Test decompression without actually decompressing:

bzip2 -tv filename.bz2

Output:

filename.bz2: ok

Here, -t specifies a trial decompression without producing output files, effectively checking the file. Even if filename exists in the directory, no error will be reported because it's not actually decompressing. The -v flag is added to see the output on the screen; for actual decompression, bzip2 -dv filename.bz2 would show "done" instead of "ok".

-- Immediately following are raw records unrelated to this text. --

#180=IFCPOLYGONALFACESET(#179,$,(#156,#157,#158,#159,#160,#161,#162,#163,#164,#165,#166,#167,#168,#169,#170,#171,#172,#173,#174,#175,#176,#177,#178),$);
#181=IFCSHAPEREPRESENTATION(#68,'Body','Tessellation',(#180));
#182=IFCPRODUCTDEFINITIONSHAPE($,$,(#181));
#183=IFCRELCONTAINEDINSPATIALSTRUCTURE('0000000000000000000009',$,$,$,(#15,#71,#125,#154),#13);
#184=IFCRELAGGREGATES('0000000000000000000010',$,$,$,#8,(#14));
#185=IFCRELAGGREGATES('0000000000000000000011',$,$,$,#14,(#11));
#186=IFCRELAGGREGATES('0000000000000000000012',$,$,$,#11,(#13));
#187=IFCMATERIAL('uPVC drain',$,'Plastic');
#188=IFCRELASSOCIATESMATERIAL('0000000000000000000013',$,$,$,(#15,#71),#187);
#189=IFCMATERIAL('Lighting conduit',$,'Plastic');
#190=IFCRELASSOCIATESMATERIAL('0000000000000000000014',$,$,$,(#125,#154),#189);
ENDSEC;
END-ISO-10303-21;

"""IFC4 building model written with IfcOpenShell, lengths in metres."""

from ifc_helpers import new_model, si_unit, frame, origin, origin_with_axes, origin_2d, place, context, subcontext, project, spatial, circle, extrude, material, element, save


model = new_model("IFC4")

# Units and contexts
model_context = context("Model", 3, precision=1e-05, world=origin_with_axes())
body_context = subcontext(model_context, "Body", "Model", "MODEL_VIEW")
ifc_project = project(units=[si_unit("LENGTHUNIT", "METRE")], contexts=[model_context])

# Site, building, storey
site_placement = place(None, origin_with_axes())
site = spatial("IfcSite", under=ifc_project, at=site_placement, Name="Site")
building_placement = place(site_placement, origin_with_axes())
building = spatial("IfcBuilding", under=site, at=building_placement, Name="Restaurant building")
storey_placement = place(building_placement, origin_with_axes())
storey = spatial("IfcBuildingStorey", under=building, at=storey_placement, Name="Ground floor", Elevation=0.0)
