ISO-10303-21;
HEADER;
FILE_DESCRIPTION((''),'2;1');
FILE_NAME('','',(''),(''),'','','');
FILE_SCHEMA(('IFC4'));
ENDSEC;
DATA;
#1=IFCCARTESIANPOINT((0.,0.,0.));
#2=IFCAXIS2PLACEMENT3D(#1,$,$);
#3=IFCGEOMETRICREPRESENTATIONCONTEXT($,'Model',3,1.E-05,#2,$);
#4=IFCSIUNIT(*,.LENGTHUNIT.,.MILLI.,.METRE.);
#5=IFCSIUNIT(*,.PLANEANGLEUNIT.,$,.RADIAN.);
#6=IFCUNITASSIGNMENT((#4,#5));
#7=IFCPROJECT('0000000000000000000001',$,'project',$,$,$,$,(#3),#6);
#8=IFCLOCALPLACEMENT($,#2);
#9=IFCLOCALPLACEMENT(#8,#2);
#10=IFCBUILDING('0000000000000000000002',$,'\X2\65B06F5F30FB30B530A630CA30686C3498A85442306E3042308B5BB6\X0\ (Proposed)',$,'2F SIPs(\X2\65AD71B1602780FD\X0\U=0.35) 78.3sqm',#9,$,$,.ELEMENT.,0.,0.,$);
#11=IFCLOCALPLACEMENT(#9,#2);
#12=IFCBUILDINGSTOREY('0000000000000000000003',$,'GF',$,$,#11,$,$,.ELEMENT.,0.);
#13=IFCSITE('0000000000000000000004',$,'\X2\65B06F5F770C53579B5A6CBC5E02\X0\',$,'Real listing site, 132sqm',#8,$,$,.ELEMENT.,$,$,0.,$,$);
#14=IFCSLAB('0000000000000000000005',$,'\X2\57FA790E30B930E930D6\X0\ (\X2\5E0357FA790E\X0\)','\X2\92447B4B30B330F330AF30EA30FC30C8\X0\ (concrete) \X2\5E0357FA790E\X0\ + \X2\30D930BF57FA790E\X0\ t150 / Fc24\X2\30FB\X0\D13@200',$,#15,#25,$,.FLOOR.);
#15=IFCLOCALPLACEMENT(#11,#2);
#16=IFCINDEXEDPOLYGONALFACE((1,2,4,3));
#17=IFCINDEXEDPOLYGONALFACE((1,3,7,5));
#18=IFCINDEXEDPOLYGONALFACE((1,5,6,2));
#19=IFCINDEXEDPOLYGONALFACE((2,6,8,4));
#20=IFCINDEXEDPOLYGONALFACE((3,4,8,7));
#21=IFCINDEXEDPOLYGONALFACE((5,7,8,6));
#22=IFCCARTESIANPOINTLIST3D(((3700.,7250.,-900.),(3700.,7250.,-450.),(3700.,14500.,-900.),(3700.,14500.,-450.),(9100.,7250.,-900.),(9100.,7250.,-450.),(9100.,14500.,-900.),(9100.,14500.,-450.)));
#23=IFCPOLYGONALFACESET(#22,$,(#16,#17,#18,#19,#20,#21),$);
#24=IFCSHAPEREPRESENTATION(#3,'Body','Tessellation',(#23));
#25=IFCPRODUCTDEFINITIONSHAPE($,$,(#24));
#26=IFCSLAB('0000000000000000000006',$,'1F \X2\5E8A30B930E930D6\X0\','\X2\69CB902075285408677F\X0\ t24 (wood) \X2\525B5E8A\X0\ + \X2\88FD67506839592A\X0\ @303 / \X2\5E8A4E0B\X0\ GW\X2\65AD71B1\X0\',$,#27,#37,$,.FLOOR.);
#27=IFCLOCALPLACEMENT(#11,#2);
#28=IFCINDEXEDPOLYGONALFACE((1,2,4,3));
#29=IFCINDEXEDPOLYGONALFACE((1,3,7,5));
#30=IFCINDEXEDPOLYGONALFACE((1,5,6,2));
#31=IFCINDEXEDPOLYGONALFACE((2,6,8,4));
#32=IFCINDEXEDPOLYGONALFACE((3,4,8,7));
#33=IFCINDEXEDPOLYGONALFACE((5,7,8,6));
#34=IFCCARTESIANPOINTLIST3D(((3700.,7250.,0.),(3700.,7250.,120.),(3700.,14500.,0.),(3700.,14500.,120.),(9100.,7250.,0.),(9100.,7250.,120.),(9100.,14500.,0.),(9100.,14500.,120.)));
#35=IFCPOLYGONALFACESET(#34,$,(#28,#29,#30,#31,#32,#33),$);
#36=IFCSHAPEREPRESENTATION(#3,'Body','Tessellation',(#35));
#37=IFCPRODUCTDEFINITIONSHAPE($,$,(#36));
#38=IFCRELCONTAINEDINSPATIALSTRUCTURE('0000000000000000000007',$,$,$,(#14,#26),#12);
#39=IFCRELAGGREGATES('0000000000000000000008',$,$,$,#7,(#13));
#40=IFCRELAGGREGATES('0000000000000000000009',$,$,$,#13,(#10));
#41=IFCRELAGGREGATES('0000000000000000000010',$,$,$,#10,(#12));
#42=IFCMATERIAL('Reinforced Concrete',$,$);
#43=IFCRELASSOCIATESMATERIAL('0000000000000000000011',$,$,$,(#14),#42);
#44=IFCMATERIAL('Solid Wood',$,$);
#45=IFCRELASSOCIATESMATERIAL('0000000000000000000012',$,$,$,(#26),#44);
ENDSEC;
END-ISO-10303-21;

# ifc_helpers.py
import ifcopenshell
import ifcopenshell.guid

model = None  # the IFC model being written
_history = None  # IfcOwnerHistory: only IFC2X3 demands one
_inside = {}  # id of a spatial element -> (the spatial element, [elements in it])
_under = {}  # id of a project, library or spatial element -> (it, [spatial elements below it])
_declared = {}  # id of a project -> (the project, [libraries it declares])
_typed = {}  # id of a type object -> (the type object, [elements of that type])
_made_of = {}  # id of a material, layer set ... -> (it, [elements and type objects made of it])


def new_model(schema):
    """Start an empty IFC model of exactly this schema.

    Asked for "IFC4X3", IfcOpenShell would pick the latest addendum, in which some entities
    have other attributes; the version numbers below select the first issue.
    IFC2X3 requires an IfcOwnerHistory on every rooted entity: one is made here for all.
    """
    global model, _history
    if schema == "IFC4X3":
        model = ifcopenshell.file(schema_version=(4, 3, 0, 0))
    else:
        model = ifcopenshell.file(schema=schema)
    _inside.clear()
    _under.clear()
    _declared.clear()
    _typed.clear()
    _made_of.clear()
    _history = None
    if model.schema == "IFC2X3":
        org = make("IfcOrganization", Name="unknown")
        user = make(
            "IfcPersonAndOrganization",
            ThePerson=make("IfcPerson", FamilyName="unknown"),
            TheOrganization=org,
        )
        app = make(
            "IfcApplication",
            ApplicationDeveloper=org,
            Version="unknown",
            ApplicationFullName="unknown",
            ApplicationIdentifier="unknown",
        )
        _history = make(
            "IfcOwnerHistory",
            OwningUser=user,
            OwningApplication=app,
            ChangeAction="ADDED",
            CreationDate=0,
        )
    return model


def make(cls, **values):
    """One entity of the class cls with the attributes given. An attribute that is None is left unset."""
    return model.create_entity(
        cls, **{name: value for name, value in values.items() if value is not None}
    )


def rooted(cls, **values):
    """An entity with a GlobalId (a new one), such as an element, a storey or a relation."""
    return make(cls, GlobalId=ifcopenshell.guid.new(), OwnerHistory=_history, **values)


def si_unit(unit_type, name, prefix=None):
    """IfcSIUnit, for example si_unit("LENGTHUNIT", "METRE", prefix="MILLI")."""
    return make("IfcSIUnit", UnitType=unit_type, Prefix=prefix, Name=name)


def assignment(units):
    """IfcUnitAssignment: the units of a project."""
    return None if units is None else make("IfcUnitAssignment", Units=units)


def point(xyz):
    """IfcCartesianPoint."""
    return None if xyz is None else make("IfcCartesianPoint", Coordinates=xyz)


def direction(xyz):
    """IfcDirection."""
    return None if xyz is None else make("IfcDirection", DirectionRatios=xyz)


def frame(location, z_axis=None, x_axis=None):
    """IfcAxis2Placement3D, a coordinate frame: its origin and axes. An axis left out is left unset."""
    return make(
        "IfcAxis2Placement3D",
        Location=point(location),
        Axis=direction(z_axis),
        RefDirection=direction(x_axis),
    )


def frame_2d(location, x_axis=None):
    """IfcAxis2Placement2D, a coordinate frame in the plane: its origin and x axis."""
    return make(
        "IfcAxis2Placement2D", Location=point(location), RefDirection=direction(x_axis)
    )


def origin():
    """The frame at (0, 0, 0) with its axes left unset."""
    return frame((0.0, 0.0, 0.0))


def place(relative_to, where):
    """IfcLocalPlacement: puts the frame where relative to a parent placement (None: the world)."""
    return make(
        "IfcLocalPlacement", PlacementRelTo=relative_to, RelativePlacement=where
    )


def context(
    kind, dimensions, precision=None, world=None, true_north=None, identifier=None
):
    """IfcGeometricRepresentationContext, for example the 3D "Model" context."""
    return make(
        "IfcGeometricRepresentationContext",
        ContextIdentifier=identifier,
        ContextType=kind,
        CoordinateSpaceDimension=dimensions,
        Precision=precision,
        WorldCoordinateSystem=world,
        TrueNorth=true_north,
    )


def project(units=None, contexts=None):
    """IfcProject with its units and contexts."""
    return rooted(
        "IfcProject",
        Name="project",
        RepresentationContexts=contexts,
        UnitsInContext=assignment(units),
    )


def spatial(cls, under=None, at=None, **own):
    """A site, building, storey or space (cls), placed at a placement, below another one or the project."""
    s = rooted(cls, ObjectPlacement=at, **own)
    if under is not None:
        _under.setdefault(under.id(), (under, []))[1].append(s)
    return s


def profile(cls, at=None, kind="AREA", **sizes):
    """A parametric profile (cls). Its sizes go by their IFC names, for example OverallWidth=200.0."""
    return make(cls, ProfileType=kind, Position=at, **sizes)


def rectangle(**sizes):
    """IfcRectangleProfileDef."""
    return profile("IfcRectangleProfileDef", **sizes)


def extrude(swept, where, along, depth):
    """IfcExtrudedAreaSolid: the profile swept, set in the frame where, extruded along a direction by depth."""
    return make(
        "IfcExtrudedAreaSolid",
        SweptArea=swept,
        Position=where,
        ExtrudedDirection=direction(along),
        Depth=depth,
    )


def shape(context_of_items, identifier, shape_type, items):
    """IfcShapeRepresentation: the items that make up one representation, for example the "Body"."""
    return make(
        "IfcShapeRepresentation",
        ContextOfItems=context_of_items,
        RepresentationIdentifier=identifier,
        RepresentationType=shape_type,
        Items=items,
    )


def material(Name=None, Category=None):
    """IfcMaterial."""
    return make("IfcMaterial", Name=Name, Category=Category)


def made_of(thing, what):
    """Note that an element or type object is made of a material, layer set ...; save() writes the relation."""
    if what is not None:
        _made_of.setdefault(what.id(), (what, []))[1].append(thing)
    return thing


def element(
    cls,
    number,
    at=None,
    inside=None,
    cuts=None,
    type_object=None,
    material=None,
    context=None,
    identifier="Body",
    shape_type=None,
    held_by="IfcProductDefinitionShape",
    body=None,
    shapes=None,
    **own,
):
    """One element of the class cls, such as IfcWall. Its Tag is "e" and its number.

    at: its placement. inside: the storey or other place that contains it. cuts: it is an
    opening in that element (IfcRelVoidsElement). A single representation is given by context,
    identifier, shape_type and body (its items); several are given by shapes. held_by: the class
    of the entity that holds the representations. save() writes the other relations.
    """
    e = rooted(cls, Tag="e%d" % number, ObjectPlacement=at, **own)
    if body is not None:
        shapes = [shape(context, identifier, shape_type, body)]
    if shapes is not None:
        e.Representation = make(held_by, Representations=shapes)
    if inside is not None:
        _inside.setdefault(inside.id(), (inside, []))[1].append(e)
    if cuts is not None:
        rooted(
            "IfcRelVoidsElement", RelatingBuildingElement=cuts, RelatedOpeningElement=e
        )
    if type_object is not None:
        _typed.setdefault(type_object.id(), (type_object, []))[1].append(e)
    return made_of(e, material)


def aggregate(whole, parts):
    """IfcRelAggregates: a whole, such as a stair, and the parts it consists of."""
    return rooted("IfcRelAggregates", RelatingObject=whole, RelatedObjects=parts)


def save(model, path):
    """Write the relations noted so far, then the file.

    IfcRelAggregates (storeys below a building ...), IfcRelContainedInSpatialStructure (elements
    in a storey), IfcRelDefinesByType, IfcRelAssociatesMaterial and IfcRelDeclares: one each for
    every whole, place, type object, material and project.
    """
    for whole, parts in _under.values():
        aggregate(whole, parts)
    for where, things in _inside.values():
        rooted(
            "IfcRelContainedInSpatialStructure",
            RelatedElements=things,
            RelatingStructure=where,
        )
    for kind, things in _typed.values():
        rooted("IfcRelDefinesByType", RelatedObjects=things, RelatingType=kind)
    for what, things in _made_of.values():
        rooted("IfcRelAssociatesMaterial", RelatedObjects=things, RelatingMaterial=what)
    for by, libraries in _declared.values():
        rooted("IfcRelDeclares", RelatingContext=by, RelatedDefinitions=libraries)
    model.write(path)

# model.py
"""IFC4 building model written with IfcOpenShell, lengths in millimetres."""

from ifc_helpers import new_model, si_unit, frame, frame_2d, origin, place, context, project, spatial, rectangle, extrude, material, element, save


model = new_model("IFC4")

# Units and contexts
model_context = context("Model", 3, precision=1e-05, world=origin())
ifc_project = project(units=[si_unit("LENGTHUNIT", "METRE", prefix="MILLI"), si_unit("PLANEANGLEUNIT", "RADIAN")], contexts=[model_context])

# Site, building, storey
site_placement = place(None, origin())
site = spatial("IfcSite", under=ifc_project, at=site_placement, Name="新潟県南魚沼市", ObjectType="Real listing site, 132sqm", CompositionType="ELEMENT", RefElevation=0.0)
building_placement = place(site_placement, origin())
building = spatial("IfcBuilding", under=site, at=building_placement, Name="新潟・サウナと水風呂のある家 (Proposed)", ObjectType="2F SIPs(断熱性能U=0.35) 78.3sqm", CompositionType="ELEMENT", ElevationOfRefHeight=0.0, ElevationOfTerrain=0.0)
storey_placement = place(building_placement, origin())
storey = spatial("IfcBuildingStorey", under=building, at=storey_placement, Name="GF", CompositionType="ELEMENT", Elevation=0.0)

# Shared definitions
ifc_material_1 = material(Name="Solid Wood")

# Slabs
ifc_material_2 = material(Name="Reinforced Concrete")
slab_1_placement = place(storey_placement, frame((1850.0, 3625.0, -450.0)))
element("IfcSlab", 1, at=slab_1_placement, inside=storey, material=ifc_material_2, Name="基礎スラブ (布基礎)", Description="鉄筋コンクリート (concrete) 布基礎 + ベタ基礎 t150 / Fc24・D13@200", PredefinedType="FLOOR", context=model_context, shape_type="SweptSolid", body=[
    extrude(rectangle(XDim=5400.0, YDim=7250.0, at=frame_2d((2700.0, 3625.0))), frame((1850.0, 3625.0, -450.0)), (0.0, 0.0, 1.0), 450.0),
])
slab_2_placement = place(storey_placement, frame((1850.0, 3625.0, 0.0)))
element("IfcSlab", 2, at=slab_2_placement, inside=storey, material=ifc_material_1, Name="1F 床スラブ", Description="構造用合板 t24 (wood) 剛床 + 製材根太 @303 / 床下 GW断熱", PredefinedType="FLOOR", context=model_context, shape_type="SweptSolid", body=[
    extrude(rectangle(XDim=5400.0, YDim=7250.0, at=frame_2d((2700.0, 3625.0))), frame((1850.0, 3625.0, 0.0)), (0.0, 0.0, 1.0), 120.0),
])

save(model, "model.ifc")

Keep the original file during compression/decompression:

bzip2 -k filename

Here, adding -k preserves the original file; otherwise, the original file is replaced by the result. Decompression works similarly: bzip2 -dk filename.bz2.

Decompress to standard output:

bzip2 -dc filename.bz2

Output:

hahahhaahahha

Here, using -c specifies output to standard output, displaying the contents of filename without deleting filename.bz2.

Compress to standard output:

bzip2 -c filename
bzip2: I won't write compressed data to a terminal.
bzip2: For help, type: `bzip2 --help'.

Here, using -c specifies compression to standard output without deleting the original file; however, compressed data cannot be directly output to a terminal.

Treat all subsequent arguments as files (even if they start with '-'):

bzip2 -- -myfilename

This is primarily to prevent ambiguity where a filename starting with - might be mistaken for an option.